Urban planners in Alberta, as Aylett notes, have studied the cost savings associated with limiting metropolitan sprawl and concluded that denser development could save $ 11 billion in capital costs over the next 60 years, and $ 130 million in annual maintenance. But most cities, he suggests, have simply not yet identified ways to link climate planning and economic development in the first place.

“It isn’t so much that it’s hard to reconcile economic and environmental priorities,” Aylett says. “It’s that we’re not trying.”

Regional Differences Remain

The new report is a companion to a survey conducted in 2012. This year’s results revealed continuing regional disparities in urban climate planning. Compared with the global average of 75 percent, U.S. cities lag in planning for both mitigation and adaptation, with just 58 percent of cities addressing both. This echoes the 2012 survey, which revealed that a smaller portion of U.S. cities were doing basic climate change planning, compared with those in other regions – 59 percent in the U.S., for instance, compared with 95 percent in Latin America.

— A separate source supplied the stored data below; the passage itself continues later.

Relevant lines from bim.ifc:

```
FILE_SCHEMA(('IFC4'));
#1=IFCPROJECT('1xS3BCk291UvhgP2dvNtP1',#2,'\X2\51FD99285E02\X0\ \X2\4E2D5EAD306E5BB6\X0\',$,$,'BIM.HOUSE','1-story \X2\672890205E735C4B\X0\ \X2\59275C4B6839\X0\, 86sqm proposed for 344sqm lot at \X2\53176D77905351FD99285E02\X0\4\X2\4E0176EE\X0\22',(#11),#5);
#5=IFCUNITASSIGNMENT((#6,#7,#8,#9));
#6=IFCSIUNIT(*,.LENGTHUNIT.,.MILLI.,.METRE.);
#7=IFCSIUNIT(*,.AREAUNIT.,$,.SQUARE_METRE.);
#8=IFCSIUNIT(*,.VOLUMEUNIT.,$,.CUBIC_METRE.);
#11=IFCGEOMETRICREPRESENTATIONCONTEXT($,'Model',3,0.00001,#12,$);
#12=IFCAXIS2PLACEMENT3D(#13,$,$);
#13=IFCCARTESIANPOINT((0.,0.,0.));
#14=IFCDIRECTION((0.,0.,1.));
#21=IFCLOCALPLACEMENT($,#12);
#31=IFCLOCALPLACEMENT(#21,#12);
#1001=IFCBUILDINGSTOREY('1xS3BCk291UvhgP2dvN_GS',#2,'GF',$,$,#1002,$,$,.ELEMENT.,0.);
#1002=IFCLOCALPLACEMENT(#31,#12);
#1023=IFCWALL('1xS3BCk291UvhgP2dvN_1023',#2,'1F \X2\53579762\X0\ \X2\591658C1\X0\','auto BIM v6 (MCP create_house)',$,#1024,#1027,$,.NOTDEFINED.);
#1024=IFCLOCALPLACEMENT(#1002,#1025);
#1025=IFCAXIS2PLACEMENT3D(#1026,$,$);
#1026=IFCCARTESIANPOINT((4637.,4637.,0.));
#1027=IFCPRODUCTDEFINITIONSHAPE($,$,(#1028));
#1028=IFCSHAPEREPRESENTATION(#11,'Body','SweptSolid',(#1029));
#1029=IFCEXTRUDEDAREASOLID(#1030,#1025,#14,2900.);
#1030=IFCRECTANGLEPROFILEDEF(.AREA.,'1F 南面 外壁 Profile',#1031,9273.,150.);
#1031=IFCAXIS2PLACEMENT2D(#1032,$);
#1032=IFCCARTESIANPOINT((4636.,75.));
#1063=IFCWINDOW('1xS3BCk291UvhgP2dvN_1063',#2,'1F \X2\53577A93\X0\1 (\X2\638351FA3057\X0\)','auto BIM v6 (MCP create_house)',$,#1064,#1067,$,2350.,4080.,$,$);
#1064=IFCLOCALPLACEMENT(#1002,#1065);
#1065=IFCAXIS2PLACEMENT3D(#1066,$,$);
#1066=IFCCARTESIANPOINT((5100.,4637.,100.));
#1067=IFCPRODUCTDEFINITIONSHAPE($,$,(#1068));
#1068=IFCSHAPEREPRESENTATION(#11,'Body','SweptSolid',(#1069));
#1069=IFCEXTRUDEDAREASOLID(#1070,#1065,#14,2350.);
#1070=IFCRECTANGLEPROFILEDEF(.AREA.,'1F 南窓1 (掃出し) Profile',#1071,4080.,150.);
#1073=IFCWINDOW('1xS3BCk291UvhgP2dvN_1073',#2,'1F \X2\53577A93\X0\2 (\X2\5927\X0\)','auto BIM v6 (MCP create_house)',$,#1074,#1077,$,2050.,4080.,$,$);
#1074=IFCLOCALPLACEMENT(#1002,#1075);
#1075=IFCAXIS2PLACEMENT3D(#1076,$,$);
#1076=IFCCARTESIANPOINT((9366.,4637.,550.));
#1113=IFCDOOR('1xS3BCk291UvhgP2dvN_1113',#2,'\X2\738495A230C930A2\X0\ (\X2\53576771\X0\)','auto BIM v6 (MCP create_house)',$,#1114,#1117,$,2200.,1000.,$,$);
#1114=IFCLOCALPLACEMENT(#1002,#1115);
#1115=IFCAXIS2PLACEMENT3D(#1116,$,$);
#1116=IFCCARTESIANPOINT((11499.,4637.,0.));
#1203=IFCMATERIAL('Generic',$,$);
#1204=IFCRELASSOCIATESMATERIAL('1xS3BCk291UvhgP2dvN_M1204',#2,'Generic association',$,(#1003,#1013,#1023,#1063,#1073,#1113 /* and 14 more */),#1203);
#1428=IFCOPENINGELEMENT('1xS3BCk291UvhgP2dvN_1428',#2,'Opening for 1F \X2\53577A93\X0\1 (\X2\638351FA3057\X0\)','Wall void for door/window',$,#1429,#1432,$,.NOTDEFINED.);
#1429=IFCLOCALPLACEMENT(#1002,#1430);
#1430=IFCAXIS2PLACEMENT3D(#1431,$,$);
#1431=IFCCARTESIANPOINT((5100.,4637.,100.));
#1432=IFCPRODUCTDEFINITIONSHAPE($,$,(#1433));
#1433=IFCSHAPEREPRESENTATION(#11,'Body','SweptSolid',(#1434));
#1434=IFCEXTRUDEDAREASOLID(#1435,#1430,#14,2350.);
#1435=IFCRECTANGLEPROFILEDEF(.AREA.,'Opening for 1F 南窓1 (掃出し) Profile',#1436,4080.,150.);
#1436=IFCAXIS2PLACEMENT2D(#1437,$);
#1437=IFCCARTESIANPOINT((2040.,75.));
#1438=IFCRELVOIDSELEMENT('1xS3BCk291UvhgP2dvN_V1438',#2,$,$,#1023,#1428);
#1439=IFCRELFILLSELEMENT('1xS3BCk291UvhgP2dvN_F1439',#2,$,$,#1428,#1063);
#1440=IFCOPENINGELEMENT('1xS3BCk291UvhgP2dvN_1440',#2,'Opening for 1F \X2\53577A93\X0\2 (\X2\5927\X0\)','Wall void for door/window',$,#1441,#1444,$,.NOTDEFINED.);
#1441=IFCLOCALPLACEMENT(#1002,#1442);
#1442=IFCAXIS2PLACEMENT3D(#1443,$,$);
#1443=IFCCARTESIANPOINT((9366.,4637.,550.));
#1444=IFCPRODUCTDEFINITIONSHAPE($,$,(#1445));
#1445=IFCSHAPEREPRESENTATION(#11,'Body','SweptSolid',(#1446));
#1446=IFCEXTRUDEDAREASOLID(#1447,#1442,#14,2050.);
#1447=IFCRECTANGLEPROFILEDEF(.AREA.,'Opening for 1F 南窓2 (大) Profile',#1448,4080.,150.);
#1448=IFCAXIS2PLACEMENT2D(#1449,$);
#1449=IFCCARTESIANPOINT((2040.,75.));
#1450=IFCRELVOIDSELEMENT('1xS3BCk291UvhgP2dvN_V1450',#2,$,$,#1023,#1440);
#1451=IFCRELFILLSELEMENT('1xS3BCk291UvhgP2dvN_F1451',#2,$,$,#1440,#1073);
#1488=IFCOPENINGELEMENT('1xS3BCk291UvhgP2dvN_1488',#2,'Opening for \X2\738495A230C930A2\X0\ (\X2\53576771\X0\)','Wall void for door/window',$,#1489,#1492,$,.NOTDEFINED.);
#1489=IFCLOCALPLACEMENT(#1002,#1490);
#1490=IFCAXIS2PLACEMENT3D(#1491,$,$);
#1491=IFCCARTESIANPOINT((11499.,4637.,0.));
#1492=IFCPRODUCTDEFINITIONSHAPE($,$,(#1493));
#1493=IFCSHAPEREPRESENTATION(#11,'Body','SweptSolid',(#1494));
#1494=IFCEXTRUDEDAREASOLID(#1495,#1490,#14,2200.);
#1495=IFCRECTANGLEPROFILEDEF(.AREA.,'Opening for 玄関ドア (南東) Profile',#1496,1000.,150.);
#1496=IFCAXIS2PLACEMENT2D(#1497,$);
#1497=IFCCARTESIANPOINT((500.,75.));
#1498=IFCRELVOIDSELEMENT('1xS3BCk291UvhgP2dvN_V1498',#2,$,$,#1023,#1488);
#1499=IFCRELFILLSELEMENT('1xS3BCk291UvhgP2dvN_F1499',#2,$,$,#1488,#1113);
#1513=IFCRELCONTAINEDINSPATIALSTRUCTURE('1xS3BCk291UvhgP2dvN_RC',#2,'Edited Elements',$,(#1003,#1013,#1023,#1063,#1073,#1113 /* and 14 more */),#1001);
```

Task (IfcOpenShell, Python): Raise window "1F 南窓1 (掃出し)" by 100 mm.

```python
import numpy as np
import ifcopenshell
import ifcopenshell.api.geometry
import ifcopenshell.util.placement
import ifcopenshell.util.unit

model = ifcopenshell.open("bim.ifc")
unit_scale = ifcopenshell.util.unit.calculate_unit_scale(model)

window = model.by_id(1063)
opening = window.FillsVoids[0].RelatingOpeningElement
dz = 100.0

shift = np.array([0.0, 0.0, dz])
# The window is not placed relative to its opening, so move both.
for product in (opening, window):
    matrix = ifcopenshell.util.placement.get_local_placement(product.ObjectPlacement)
    matrix[:3, 3] += shift
    ifcopenshell.api.geometry.edit_object_placement(model, product=product, matrix=matrix, is_si=False)

print(f"moved by {dz * unit_scale:+.3f} m")

model.write("bim_rev.ifc")
```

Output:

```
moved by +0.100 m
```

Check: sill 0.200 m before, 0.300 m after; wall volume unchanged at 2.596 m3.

Globally, 63 percent of cities say they have between one and five employees dedicated to climate change planning; North American cities are most likely to have just one staff member focused on the topic. As the report’s executive summary notes, “A lack of funding to hire sufficient staff to work on climate change is a significant challenge for 67 percent of cities.”

On a different note, about 85 percent of cities have conducted an inventory of local greenhouse gas emissions, and 15 percent, as part of that effort, have tried to track the emissions that stem from goods and services consumed within that city. As Aylett points out, “Beginning to address these upstream emissions is crucial if cities are really going to help bring down global emissions.”

The results also reveal that local industries and businesses are relatively disengaged with urban responses to climate change: About 25 percent of cities say that local businesses have been crucial to creating and implementing their climate mitigation plans, whereas 48 percent of cities report that local civil-society groups, such as non-profits or other organizations, have been involved in climate planning.

The survey is a collaboration between DUSP and ICLEI, the world’s largest association of cities. The report was released in conjunction with an ICLEI-backed conference on urban planning, held in Bonn, Germany. To conduct the survey, questionnaires were sent to officials in more than 700 cities worldwide, with 48 percent of them responding to a set of 69 queries.

Other scholars believe the UCGS results are valuable. John Robinson, a professor of geography at the University of British Columbia, calls the survey “extremely important and extremely useful.” In particular, Robinson says, an “important issue raised by this work is what the connection is between framing these responses in terms of climate change and framing them in terms of broader conceptual frameworks, such as sustainability.” Promoting the general idea of sustainable development in urban areas, he adds, may be “most helpful in mainstreaming climate policy.”

 

The full report can be found at www.urbanclimatesurvey.com.